Prevê a norma do inciso IX do artigo 485 do CPC que "a sentença de mérito, transitada em julgado, pode ser rescindida quando fundada em erro de fato, resultante de atos ou de documentos da causa".

sexta-feira, 29 de maio de 2009

Atualizado em 28 de maio de 2009 14:16


Erro de fato e ação rescisória

Ulisses César Martins de Sousa*

Prevê a norma do inciso IX do artigo 485 do CPC (clique aqui) que "a sentença de mérito, transitada em julgado, pode ser rescindida quando fundada em erro de fato, resultante de atos ou de documentos da causa".

Inúmeros são os casos nos quais, no afã de rediscutir fatos e provas, a parte vencida no processo originário ajuíza ação rescisória sob o argumento de que a sentença estaria fundada em erro de fato. Por isso é essencial, para perfeita compreensão do tema, a busca da definição do erro de fato a que se refere a norma acima referida como razão para ajuizamento de ação rescisória.

A doutrina sedimentou quatro requisitos para que possa ser cabível a ação rescisória com base no inc. IX do art. 485 do CPC, ou seja, com base na alegação de erro de fato. É o que ensina Nelson Nery Júnior:

"Devem estar presentes os seguintes requisitos para que se possa rescindir sentença por erro de fato: a) a sentença deve estar baseada no erro de fato; b) sobre ele não pode ter havido controvérsia entre as partes; c) sobre ele não pode ter havido pronunciamento judicial; d) que seja aferível pelo exame das provas já constantes dos autos da ação matriz, sendo inadmissível a produção, na rescisória, de novas provas para demonstrá-lo." (Nelson Nery Júnior e Rosa Maria de Andrade Nery, in Código de Processo Civil Comentado e Legislação Extravagante, 9ª ed., Ed. Revista dos Tribunais, 2006, pág. 681).

Essas conclusões coincidem com as lições de José Carlos Barbosa Moreira:

"Quatro pressupostos hão de concorrer para que o erro de fato dê causa à rescindibilidade: a) que a sentença nele seja fundada, isto é, que sem ele a conclusão do juiz houvesse de ser diferente; b) que o erro seja apurável mediante o simples exame dos documentos e mais peças dos autos, não se admitindo de modo algum, na rescisória, a produção de quaisquer outras provas tendentes a demonstrar que não existia o fato admitido pelo juiz, ou que ocorrera o fato por ele considerado inexistente; c) que 'não tenha havido controvérsia' sobre o fato (§ 2º); d) que sobre ele tampouco tenha havido 'pronunciamento judicial' (§ 2º)." (José Carlos Barbosa Moreira, in Comentários ao CPC, Volume V - Arts. 476 a 565, 11ª ed., Ed. Forense, págs. 148/149).

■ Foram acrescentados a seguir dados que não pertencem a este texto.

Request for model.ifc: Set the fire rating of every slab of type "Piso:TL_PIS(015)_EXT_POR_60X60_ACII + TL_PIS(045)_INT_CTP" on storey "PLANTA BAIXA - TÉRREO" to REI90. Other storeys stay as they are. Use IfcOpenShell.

First a look at what the model holds.

```python
import ifcopenshell
import ifcopenshell.util.element

model = ifcopenshell.open("model.ifc")
print(model.schema)
storey = next(s for s in model.by_type("IfcBuildingStorey") if s.Name == "PLANTA BAIXA - TÉRREO")
slabs = [e for e in ifcopenshell.util.element.get_decomposition(storey) if e.is_a("IfcSlab")]
seen = {}
for e in slabs:
    element_type = ifcopenshell.util.element.get_type(e)
    key = (element_type.Name if element_type != e and element_type else None, ifcopenshell.util.element.get_pset(e, "Pset_SlabCommon", "FireRating"))
    seen[key] = seen.get(key, 0) + 1
for (name, value), count in sorted(seen.items(), key=str):
    print(count, "x", name, "|", value)
```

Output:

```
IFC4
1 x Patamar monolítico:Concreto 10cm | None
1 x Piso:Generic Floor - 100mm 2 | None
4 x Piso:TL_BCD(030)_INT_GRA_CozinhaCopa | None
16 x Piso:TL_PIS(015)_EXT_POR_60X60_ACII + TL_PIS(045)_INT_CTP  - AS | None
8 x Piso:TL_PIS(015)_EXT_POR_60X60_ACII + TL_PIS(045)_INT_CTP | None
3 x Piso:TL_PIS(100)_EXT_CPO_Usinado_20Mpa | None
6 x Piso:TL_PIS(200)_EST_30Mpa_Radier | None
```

```python
import ifcopenshell
import ifcopenshell.api.pset
import ifcopenshell.util.element

model = ifcopenshell.open("model.ifc")

storey = next(s for s in model.by_type("IfcBuildingStorey") if s.Name == "PLANTA BAIXA - TÉRREO")
slabs = [e for e in ifcopenshell.util.element.get_decomposition(storey) if e.is_a("IfcSlab")]

count = 0
for e in slabs:
    element_type = ifcopenshell.util.element.get_type(e)
    if element_type in (None, e) or element_type.Name != "Piso:TL_PIS(015)_EXT_POR_60X60_ACII + TL_PIS(045)_INT_CTP":
        continue
    # add_pset returns the element's existing set when there is one.
    pset = ifcopenshell.api.pset.add_pset(model, product=e, name="Pset_SlabCommon")
    ifcopenshell.api.pset.edit_pset(model, pset=pset, properties={"FireRating": "REI90"})
    count += 1

print(count, "slabs updated")

model.write("model-out.ifc")
```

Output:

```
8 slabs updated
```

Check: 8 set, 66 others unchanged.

O conceito de erro de fato delineado pelo § 1º do art. 485 do CPC deve ser compreendido como um erro de apreciação ou de percepção da prova trazidos aos autos do processo, mas, frise-se, não há como admitir a rescisória pela valoração ou interpretação do acervo probatório, pois "o erro de fato, a que se refere o art. 485, IX, do CPC, não consiste em erro de valoração ou de interpretação sobre a subsistência ou relevância de um fato, mas, na verdade, consubstancia-se em falsa percepção dos sentidos, de tal sorte que o juiz supõe a existência de um fato inexistente ou a inexistência de um fato realmente existente"1.

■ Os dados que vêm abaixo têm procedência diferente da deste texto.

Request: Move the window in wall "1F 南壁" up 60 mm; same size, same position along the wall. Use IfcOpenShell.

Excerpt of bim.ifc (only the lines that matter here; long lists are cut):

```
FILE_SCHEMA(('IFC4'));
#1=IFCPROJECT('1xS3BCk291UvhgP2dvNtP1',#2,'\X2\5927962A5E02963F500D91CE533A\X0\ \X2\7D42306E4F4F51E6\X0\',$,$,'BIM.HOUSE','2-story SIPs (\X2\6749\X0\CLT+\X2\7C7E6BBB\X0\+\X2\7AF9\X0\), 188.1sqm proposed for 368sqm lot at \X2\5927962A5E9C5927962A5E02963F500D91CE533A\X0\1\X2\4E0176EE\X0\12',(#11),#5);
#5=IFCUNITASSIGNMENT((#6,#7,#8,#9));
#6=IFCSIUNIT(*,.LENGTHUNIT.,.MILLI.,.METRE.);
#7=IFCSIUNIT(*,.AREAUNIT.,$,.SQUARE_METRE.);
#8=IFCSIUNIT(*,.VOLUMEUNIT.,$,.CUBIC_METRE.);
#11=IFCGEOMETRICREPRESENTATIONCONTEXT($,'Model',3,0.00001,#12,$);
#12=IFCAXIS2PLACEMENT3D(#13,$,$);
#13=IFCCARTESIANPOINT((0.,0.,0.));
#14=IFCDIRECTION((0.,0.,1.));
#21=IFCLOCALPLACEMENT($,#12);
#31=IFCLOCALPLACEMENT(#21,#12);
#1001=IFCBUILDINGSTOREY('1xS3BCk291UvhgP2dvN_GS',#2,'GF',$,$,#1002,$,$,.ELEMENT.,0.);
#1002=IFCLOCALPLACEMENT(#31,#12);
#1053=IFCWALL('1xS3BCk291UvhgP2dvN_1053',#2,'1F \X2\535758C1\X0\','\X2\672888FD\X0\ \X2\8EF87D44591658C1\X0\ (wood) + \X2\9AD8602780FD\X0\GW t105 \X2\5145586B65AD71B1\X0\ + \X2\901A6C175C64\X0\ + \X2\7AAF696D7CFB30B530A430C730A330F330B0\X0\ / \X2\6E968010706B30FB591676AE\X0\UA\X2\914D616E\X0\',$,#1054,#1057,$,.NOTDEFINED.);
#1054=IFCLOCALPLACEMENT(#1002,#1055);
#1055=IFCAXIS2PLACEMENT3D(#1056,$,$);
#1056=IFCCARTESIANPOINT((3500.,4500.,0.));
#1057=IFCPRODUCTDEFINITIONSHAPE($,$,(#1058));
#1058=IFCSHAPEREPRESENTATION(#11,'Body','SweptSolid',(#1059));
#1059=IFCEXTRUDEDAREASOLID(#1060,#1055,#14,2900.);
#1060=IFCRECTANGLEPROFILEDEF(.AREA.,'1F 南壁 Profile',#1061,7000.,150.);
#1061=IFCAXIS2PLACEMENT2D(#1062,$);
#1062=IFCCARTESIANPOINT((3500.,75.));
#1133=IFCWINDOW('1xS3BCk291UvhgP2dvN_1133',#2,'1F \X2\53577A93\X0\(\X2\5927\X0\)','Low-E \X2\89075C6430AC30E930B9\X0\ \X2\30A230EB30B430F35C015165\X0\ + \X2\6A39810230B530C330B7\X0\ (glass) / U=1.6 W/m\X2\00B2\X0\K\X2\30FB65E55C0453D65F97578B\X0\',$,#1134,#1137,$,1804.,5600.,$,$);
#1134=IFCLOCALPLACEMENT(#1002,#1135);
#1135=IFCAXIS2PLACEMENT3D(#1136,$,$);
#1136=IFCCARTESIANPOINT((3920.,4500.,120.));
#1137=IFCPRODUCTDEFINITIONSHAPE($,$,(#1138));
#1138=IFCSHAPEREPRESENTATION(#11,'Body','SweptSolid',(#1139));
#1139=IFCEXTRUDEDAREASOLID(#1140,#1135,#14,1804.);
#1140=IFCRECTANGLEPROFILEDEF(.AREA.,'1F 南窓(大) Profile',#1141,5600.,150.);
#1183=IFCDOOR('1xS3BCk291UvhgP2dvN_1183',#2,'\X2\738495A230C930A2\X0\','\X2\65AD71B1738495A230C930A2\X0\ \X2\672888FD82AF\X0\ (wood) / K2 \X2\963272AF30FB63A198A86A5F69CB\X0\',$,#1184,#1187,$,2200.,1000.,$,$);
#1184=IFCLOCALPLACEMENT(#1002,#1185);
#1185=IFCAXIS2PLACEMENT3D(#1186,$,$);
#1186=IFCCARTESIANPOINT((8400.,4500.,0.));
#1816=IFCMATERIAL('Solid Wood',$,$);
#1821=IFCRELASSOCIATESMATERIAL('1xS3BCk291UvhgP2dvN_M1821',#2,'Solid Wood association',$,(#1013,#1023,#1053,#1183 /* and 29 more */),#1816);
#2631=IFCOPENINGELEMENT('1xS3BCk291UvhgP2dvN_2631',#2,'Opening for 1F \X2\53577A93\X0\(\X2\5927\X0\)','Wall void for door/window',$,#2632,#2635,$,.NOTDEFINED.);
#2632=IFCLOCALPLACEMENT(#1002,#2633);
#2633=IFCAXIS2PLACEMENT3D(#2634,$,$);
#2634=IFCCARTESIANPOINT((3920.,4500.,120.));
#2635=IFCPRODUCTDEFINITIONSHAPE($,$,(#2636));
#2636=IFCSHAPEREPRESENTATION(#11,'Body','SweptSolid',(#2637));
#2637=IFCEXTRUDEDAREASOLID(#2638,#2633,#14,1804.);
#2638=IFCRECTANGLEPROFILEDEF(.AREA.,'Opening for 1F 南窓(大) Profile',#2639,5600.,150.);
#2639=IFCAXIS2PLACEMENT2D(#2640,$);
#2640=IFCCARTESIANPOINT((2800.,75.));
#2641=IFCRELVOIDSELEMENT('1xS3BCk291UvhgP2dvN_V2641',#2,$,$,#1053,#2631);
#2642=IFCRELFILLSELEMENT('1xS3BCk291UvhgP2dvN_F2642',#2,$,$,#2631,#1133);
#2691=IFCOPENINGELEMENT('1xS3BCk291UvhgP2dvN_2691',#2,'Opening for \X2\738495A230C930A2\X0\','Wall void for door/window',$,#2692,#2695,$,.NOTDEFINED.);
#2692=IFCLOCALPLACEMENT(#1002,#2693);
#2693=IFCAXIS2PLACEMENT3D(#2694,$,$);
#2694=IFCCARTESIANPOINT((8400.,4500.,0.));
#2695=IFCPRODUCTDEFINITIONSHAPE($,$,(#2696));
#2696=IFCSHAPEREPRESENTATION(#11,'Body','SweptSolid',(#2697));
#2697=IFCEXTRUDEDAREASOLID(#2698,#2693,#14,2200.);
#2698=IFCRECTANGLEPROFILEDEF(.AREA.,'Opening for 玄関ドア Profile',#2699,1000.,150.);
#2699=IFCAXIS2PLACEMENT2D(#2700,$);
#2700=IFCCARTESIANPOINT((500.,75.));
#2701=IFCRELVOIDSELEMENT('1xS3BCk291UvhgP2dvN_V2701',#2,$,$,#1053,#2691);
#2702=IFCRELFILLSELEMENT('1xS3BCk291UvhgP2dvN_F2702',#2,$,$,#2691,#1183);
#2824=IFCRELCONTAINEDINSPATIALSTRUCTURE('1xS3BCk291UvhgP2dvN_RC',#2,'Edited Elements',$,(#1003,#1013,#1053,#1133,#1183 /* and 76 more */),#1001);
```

```python
import numpy as np
import ifcopenshell
import ifcopenshell.api.geometry
import ifcopenshell.util.placement
import ifcopenshell.util.unit

model = ifcopenshell.open("bim.ifc")
unit_scale = ifcopenshell.util.unit.calculate_unit_scale(model)

window = model.by_id(1133)
opening = window.FillsVoids[0].RelatingOpeningElement
dz = 60.0

shift = np.array([0.0, 0.0, dz])
# The window is not placed relative to its opening, so move both.
for product in (opening, window):
    matrix = ifcopenshell.util.placement.get_local_placement(product.ObjectPlacement)
    matrix[:3, 3] += shift
    ifcopenshell.api.geometry.edit_object_placement(model, product=product, matrix=matrix, is_si=False)

print(f"moved by {dz * unit_scale:+.3f} m")

model.write("bim_rev.ifc")
```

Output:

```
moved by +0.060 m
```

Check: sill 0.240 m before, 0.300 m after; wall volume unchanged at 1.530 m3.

A jurisprudência do Egrégio STJ elucida bem a questão, ao assinalar que "o erro de fato supõe fato suscitado e não resolvido, porque o fato não alegado fica superado pela eficácia preclusiva do julgado - tantum iudicatum quantum disputatum debeat (artigo 474, do CPC). Em conseqüência, o erro que justifica a rescisória é aquele decorrente da desatenção do julgador quanto à prova, não o decorrente do acerto ou desacerto do julgado em decorrência da apreciação dela porquanto a má valoração da prova encerra injustiça, irreparável pela via rescisória"2. Registrando ainda, o mesmo precedente, que "a interpretação autêntica inserta nos §§ 1º e 2º dissipa qualquer dúvida, ao preceituar que há erro quando a sentença admitir um fato inexistente, ou quando considerar inexistente um fato efetivamente ocorrido, sendo indispensável, num como noutro caso, que não tenha havido controvérsia, nem pronunciamento judicial sobre o fato".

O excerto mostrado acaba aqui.